= Work required =
Write the records out once more. Leave each line exactly as given.

= Supplied data =
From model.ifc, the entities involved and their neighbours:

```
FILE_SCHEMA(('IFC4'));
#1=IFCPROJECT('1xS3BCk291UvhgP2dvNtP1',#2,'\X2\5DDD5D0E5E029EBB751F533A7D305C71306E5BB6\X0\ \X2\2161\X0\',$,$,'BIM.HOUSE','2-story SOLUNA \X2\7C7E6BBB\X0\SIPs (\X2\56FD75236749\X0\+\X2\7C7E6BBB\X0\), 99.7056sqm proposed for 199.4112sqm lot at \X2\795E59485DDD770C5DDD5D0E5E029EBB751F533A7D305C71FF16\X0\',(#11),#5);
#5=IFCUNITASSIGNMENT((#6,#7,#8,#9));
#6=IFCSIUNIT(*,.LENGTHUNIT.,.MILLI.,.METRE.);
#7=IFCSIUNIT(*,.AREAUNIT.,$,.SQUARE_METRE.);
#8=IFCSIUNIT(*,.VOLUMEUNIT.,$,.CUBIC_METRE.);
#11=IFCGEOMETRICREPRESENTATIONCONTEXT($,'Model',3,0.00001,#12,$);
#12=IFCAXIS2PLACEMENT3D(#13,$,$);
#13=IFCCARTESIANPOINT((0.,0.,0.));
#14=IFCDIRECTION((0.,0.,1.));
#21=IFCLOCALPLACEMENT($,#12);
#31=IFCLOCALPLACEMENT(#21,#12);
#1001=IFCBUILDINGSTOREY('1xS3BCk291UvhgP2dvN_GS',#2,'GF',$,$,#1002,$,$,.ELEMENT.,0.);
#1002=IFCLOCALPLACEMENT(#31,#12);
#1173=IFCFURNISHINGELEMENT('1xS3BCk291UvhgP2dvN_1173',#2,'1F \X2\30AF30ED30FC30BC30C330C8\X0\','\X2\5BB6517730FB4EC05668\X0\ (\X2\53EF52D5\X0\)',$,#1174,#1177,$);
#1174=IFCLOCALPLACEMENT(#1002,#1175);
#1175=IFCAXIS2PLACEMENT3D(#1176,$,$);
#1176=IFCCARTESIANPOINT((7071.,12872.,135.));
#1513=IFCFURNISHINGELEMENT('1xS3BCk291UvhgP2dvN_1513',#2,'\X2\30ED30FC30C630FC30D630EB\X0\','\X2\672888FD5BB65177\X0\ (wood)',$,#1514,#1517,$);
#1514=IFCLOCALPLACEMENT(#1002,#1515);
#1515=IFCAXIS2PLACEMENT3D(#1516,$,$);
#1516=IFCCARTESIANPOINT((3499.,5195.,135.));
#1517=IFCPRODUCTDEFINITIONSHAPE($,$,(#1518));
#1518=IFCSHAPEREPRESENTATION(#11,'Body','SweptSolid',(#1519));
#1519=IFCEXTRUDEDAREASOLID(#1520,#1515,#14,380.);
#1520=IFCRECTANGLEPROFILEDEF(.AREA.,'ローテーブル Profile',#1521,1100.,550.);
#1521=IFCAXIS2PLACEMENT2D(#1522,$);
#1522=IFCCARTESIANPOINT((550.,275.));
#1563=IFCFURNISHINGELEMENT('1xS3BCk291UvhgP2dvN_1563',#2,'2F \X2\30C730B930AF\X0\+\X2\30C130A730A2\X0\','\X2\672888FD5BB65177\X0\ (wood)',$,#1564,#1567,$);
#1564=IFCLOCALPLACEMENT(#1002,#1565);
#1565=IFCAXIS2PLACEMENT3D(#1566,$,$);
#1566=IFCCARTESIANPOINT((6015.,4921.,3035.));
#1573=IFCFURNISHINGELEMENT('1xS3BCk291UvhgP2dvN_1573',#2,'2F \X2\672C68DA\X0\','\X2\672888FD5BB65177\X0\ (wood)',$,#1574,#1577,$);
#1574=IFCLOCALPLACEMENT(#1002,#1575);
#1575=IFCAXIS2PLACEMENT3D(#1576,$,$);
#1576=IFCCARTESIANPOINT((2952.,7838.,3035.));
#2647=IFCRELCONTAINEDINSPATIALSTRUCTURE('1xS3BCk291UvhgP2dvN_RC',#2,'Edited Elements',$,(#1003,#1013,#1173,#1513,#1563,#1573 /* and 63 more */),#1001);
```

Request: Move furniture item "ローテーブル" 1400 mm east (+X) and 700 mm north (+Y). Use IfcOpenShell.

```python
import ifcopenshell
import ifcopenshell.api.geometry
import ifcopenshell.util.placement
import ifcopenshell.util.unit

model = ifcopenshell.open("model.ifc")
unit_scale = ifcopenshell.util.unit.calculate_unit_scale(model)

item = model.by_guid("1xS3BCk291UvhgP2dvN_1513")
matrix = ifcopenshell.util.placement.get_local_placement(item.ObjectPlacement)
matrix[0, 3] += 1.4 / unit_scale
matrix[1, 3] += 0.7 / unit_scale
ifcopenshell.api.geometry.edit_object_placement(model, product=item, matrix=matrix, is_si=False)

print(ifcopenshell.util.placement.get_local_placement(item.ObjectPlacement).round(3) + 0.0)

model.write("model-out.ifc")
```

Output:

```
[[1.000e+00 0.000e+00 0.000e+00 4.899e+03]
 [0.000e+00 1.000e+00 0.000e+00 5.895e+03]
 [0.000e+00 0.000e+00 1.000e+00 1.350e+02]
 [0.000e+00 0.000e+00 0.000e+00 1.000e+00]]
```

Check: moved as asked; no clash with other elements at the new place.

= Solution for this exercise =
From model.ifc, the entities involved and their neighbours:

```
FILE_SCHEMA(('IFC4'));
#1=IFCPROJECT('1xS3BCk291UvhgP2dvNtP1',#2,'\X2\5DDD5D0E5E029EBB751F533A7D305C71306E5BB6\X0\ \X2\2161\X0\',$,$,'BIM.HOUSE','2-story SOLUNA \X2\7C7E6BBB\X0\SIPs (\X2\56FD75236749\X0\+\X2\7C7E6BBB\X0\), 99.7056sqm proposed for 199.4112sqm lot at \X2\795E59485DDD770C5DDD5D0E5E029EBB751F533A7D305C71FF16\X0\',(#11),#5);
#5=IFCUNITASSIGNMENT((#6,#7,#8,#9));
#6=IFCSIUNIT(*,.LENGTHUNIT.,.MILLI.,.METRE.);
#7=IFCSIUNIT(*,.AREAUNIT.,$,.SQUARE_METRE.);
#8=IFCSIUNIT(*,.VOLUMEUNIT.,$,.CUBIC_METRE.);
#11=IFCGEOMETRICREPRESENTATIONCONTEXT($,'Model',3,0.00001,#12,$);
#12=IFCAXIS2PLACEMENT3D(#13,$,$);
#13=IFCCARTESIANPOINT((0.,0.,0.));
#14=IFCDIRECTION((0.,0.,1.));
#21=IFCLOCALPLACEMENT($,#12);
#31=IFCLOCALPLACEMENT(#21,#12);
#1001=IFCBUILDINGSTOREY('1xS3BCk291UvhgP2dvN_GS',#2,'GF',$,$,#1002,$,$,.ELEMENT.,0.);
#1002=IFCLOCALPLACEMENT(#31,#12);
#1173=IFCFURNISHINGELEMENT('1xS3BCk291UvhgP2dvN_1173',#2,'1F \X2\30AF30ED30FC30BC30C330C8\X0\','\X2\5BB6517730FB4EC05668\X0\ (\X2\53EF52D5\X0\)',$,#1174,#1177,$);
#1174=IFCLOCALPLACEMENT(#1002,#1175);
#1175=IFCAXIS2PLACEMENT3D(#1176,$,$);
#1176=IFCCARTESIANPOINT((7071.,12872.,135.));
#1513=IFCFURNISHINGELEMENT('1xS3BCk291UvhgP2dvN_1513',#2,'\X2\30ED30FC30C630FC30D630EB\X0\','\X2\672888FD5BB65177\X0\ (wood)',$,#1514,#1517,$);
#1514=IFCLOCALPLACEMENT(#1002,#1515);
#1515=IFCAXIS2PLACEMENT3D(#1516,$,$);
#1516=IFCCARTESIANPOINT((3499.,5195.,135.));
#1517=IFCPRODUCTDEFINITIONSHAPE($,$,(#1518));
#1518=IFCSHAPEREPRESENTATION(#11,'Body','SweptSolid',(#1519));
#1519=IFCEXTRUDEDAREASOLID(#1520,#1515,#14,380.);
#1520=IFCRECTANGLEPROFILEDEF(.AREA.,'ローテーブル Profile',#1521,1100.,550.);
#1521=IFCAXIS2PLACEMENT2D(#1522,$);
#1522=IFCCARTESIANPOINT((550.,275.));
#1563=IFCFURNISHINGELEMENT('1xS3BCk291UvhgP2dvN_1563',#2,'2F \X2\30C730B930AF\X0\+\X2\30C130A730A2\X0\','\X2\672888FD5BB65177\X0\ (wood)',$,#1564,#1567,$);
#1564=IFCLOCALPLACEMENT(#1002,#1565);
#1565=IFCAXIS2PLACEMENT3D(#1566,$,$);
#1566=IFCCARTESIANPOINT((6015.,4921.,3035.));
#1573=IFCFURNISHINGELEMENT('1xS3BCk291UvhgP2dvN_1573',#2,'2F \X2\672C68DA\X0\','\X2\672888FD5BB65177\X0\ (wood)',$,#1574,#1577,$);
#1574=IFCLOCALPLACEMENT(#1002,#1575);
#1575=IFCAXIS2PLACEMENT3D(#1576,$,$);
#1576=IFCCARTESIANPOINT((2952.,7838.,3035.));
#2647=IFCRELCONTAINEDINSPATIALSTRUCTURE('1xS3BCk291UvhgP2dvN_RC',#2,'Edited Elements',$,(#1003,#1013,#1173,#1513,#1563,#1573 /* and 63 more */),#1001);
```

Request: Move furniture item "ローテーブル" 1400 mm east (+X) and 700 mm north (+Y). Use IfcOpenShell.

```python
import ifcopenshell
import ifcopenshell.api.geometry
import ifcopenshell.util.placement
import ifcopenshell.util.unit

model = ifcopenshell.open("model.ifc")
unit_scale = ifcopenshell.util.unit.calculate_unit_scale(model)

item = model.by_guid("1xS3BCk291UvhgP2dvN_1513")
matrix = ifcopenshell.util.placement.get_local_placement(item.ObjectPlacement)
matrix[0, 3] += 1.4 / unit_scale
matrix[1, 3] += 0.7 / unit_scale
ifcopenshell.api.geometry.edit_object_placement(model, product=item, matrix=matrix, is_si=False)

print(ifcopenshell.util.placement.get_local_placement(item.ObjectPlacement).round(3) + 0.0)

model.write("model-out.ifc")
```

Output:

```
[[1.000e+00 0.000e+00 0.000e+00 4.899e+03]
 [0.000e+00 1.000e+00 0.000e+00 5.895e+03]
 [0.000e+00 0.000e+00 1.000e+00 1.350e+02]
 [0.000e+00 0.000e+00 0.000e+00 1.000e+00]]
```

Check: moved as asked; no clash with other elements at the new place.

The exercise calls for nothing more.